ASSIGNMENT:
Take each line in the entries below that holds "IFCCARTESIANPOINT" and show it.

══ AVAILABLE DATA

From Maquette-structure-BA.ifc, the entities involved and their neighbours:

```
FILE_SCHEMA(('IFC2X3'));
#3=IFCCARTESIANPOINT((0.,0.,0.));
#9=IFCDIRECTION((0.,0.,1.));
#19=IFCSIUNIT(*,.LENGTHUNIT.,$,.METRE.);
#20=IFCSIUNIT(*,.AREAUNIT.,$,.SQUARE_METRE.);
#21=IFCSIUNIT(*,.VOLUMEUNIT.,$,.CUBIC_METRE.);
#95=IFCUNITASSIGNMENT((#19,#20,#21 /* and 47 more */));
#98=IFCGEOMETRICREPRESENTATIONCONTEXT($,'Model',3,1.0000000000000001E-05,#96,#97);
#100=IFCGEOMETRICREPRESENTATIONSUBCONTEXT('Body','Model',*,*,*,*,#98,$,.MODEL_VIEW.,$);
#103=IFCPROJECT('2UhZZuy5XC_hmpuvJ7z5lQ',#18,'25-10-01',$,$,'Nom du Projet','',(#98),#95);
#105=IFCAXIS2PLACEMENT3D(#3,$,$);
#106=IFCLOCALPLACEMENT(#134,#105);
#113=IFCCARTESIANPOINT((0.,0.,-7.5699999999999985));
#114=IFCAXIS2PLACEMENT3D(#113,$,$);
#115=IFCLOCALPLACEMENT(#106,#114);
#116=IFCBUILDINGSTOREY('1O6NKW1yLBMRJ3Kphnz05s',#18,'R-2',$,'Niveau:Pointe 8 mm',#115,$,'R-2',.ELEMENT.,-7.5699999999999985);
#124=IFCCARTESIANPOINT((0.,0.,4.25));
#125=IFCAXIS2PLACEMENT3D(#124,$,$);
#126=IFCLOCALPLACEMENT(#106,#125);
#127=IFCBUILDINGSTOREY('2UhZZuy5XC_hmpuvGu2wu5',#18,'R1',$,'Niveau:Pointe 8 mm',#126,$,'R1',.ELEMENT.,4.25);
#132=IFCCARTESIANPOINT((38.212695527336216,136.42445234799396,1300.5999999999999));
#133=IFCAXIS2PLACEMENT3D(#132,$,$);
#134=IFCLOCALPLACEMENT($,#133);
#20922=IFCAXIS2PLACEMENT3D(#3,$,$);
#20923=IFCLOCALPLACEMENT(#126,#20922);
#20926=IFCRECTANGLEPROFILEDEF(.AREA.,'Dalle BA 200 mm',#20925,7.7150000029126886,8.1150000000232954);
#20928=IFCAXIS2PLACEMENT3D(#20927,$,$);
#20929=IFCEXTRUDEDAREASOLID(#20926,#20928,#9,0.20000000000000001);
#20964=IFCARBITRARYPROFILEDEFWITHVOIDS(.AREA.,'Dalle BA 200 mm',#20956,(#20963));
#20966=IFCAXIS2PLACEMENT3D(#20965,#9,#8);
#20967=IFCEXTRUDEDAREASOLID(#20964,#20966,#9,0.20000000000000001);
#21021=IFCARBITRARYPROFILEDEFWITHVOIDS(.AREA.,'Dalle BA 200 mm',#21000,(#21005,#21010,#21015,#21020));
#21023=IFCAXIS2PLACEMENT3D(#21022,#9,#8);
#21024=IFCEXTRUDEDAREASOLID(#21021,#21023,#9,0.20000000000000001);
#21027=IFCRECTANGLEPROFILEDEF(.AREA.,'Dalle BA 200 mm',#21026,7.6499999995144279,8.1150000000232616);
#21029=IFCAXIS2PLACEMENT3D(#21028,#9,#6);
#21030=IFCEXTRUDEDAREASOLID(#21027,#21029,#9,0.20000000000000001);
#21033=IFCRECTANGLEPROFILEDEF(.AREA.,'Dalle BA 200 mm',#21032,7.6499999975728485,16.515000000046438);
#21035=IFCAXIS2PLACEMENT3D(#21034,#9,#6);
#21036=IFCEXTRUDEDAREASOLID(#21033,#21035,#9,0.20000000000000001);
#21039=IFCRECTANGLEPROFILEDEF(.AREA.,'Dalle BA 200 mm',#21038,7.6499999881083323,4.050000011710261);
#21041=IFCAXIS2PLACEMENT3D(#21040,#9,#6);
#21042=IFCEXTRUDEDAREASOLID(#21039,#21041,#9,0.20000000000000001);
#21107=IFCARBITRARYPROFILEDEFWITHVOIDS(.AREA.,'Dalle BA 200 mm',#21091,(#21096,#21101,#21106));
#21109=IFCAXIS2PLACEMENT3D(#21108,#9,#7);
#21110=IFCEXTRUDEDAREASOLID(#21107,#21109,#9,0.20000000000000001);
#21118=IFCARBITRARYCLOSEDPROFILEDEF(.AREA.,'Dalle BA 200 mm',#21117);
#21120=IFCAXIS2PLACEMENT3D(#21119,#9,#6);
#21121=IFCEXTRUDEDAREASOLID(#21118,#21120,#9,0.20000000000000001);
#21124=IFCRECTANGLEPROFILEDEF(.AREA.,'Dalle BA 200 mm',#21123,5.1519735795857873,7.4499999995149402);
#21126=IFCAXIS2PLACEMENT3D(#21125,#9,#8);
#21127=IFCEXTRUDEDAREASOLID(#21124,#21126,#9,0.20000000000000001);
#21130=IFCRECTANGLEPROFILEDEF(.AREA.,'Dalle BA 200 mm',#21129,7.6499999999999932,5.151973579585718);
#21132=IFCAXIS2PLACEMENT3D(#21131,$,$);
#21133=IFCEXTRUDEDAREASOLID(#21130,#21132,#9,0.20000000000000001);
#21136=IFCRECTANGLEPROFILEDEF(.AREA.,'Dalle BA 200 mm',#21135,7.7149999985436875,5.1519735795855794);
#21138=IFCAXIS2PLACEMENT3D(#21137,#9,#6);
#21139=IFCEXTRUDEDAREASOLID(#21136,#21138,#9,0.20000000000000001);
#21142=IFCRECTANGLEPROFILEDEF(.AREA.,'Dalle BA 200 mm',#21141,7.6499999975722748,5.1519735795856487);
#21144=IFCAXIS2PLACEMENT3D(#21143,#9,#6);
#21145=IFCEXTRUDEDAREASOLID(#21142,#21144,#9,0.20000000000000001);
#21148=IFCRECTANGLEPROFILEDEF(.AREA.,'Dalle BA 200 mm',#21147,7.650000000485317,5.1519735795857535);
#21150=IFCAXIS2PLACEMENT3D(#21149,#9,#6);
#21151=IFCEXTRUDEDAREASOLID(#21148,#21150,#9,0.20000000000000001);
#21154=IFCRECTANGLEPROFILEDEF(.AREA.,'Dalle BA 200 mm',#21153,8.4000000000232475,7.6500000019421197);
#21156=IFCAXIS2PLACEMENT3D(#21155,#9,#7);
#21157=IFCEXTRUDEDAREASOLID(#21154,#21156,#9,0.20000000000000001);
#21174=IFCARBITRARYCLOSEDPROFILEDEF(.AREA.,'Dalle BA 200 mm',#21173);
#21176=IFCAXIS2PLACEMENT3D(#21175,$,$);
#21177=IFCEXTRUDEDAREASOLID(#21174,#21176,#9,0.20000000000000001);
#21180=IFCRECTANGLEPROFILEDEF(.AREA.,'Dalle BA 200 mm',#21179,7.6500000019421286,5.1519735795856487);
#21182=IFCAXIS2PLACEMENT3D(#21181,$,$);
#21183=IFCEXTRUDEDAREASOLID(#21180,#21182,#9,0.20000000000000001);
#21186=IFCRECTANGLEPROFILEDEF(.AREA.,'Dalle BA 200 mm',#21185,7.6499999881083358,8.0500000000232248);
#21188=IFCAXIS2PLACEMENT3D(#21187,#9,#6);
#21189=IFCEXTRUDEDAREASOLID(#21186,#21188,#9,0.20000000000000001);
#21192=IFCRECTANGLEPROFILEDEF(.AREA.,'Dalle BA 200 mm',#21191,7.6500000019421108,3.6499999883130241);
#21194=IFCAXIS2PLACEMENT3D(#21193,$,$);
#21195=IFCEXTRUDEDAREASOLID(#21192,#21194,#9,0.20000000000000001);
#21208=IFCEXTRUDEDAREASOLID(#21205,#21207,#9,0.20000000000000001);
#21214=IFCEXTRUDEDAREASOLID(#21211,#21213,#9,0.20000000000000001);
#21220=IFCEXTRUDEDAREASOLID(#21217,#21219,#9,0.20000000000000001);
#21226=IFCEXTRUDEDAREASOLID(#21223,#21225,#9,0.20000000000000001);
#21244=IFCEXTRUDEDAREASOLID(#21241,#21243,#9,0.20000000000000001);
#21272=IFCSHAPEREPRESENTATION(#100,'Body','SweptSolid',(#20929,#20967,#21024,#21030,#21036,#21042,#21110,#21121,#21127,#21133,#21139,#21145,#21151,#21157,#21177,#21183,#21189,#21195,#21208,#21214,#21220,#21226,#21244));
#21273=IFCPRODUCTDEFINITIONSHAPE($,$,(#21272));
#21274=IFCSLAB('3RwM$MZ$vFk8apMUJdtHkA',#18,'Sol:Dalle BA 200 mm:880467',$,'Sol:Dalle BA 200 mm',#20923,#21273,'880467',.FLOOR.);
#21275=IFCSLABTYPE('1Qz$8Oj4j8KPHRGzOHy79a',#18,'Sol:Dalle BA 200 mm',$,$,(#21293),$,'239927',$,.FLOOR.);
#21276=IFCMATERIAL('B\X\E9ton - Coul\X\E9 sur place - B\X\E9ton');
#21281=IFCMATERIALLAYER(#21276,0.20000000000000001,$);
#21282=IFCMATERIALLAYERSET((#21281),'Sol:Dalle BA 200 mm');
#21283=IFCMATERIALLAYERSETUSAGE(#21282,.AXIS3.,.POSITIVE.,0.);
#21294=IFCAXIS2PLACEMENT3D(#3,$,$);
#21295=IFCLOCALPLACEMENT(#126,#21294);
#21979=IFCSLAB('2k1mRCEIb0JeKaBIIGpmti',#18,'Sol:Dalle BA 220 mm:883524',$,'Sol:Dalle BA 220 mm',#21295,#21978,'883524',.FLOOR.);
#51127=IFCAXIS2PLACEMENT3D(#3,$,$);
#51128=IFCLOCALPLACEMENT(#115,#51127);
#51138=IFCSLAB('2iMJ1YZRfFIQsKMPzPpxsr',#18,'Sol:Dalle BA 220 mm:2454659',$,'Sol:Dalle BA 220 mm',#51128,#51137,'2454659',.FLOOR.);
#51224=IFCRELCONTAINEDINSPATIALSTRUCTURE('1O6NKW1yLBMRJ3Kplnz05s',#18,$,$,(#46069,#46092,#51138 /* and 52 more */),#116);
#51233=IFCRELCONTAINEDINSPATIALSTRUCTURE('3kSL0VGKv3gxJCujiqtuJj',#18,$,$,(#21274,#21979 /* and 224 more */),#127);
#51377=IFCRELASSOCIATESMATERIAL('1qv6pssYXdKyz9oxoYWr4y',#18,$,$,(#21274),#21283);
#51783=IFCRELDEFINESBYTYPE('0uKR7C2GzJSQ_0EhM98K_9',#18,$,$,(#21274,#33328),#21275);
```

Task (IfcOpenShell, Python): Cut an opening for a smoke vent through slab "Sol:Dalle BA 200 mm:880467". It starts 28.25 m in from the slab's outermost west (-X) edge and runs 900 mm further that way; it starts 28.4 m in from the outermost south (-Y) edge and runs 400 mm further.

```python
import numpy as np
import ifcopenshell
import ifcopenshell.api.feature
import ifcopenshell.api.geometry
import ifcopenshell.api.root
import ifcopenshell.geom
import ifcopenshell.util.placement
import ifcopenshell.util.representation
import ifcopenshell.util.shape
import ifcopenshell.util.unit

model = ifcopenshell.open("Maquette-structure-BA.ifc")
unit_scale = ifcopenshell.util.unit.calculate_unit_scale(model)
settings = ifcopenshell.geom.settings()


def volume(element):
    """Net volume in cubic metres, openings subtracted."""
    shape = ifcopenshell.geom.create_shape(settings, element)
    return ifcopenshell.util.shape.get_volume(shape.geometry)


slab = model.by_id(21274)
before = volume(slab)

# Extent in the slab's own axes, in metres. The edges named are its -X and -Y sides.
slab_shape = ifcopenshell.geom.create_shape(settings, slab)
vertices = ifcopenshell.util.shape.get_vertices(slab_shape.geometry)
x_min, y_min, bottom = vertices.min(axis=0)
top = vertices[:, 2].max()

opening = ifcopenshell.api.root.create_entity(model, ifc_class="IfcOpeningElement", name="Smoke vent opening")
context = ifcopenshell.util.representation.get_context(model, "Model", "Body", "MODEL_VIEW")
width, depth = 0.9, 0.4
outline = [(0.0, 0.0), (width, 0.0), (width, depth), (0.0, depth), (0.0, 0.0)]
# Overshoot both faces by 50 mm so the cut is clean.
shape = ifcopenshell.api.geometry.add_slab_representation(
    model, context=context, depth=top - bottom + 0.1, polyline=outline
)
ifcopenshell.api.geometry.assign_representation(model, product=opening, representation=shape)

matrix = ifcopenshell.util.placement.get_local_placement(slab.ObjectPlacement)
matrix[:, 3] = matrix @ np.append(np.array([x_min + 28.25, y_min + 28.4, bottom - 0.05]) / unit_scale, 1.0)
ifcopenshell.api.geometry.edit_object_placement(model, product=opening, matrix=matrix, is_si=False)
ifcopenshell.api.feature.add_feature(model, feature=opening, element=slab)

after = volume(slab)

print(f"slab volume {before:.3f} -> {after:.3f} m3")

model.write("Maquette-structure-BA_edited.ifc")
```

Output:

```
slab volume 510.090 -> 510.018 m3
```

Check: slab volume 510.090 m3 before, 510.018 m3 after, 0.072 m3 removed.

════

SOLUTION FOR THIS EXERCISE:
#3=IFCCARTESIANPOINT((0.,0.,0.));
#113=IFCCARTESIANPOINT((0.,0.,-7.5699999999999985));
#124=IFCCARTESIANPOINT((0.,0.,4.25));
#132=IFCCARTESIANPOINT((38.212695527336216,136.42445234799396,1300.5999999999999));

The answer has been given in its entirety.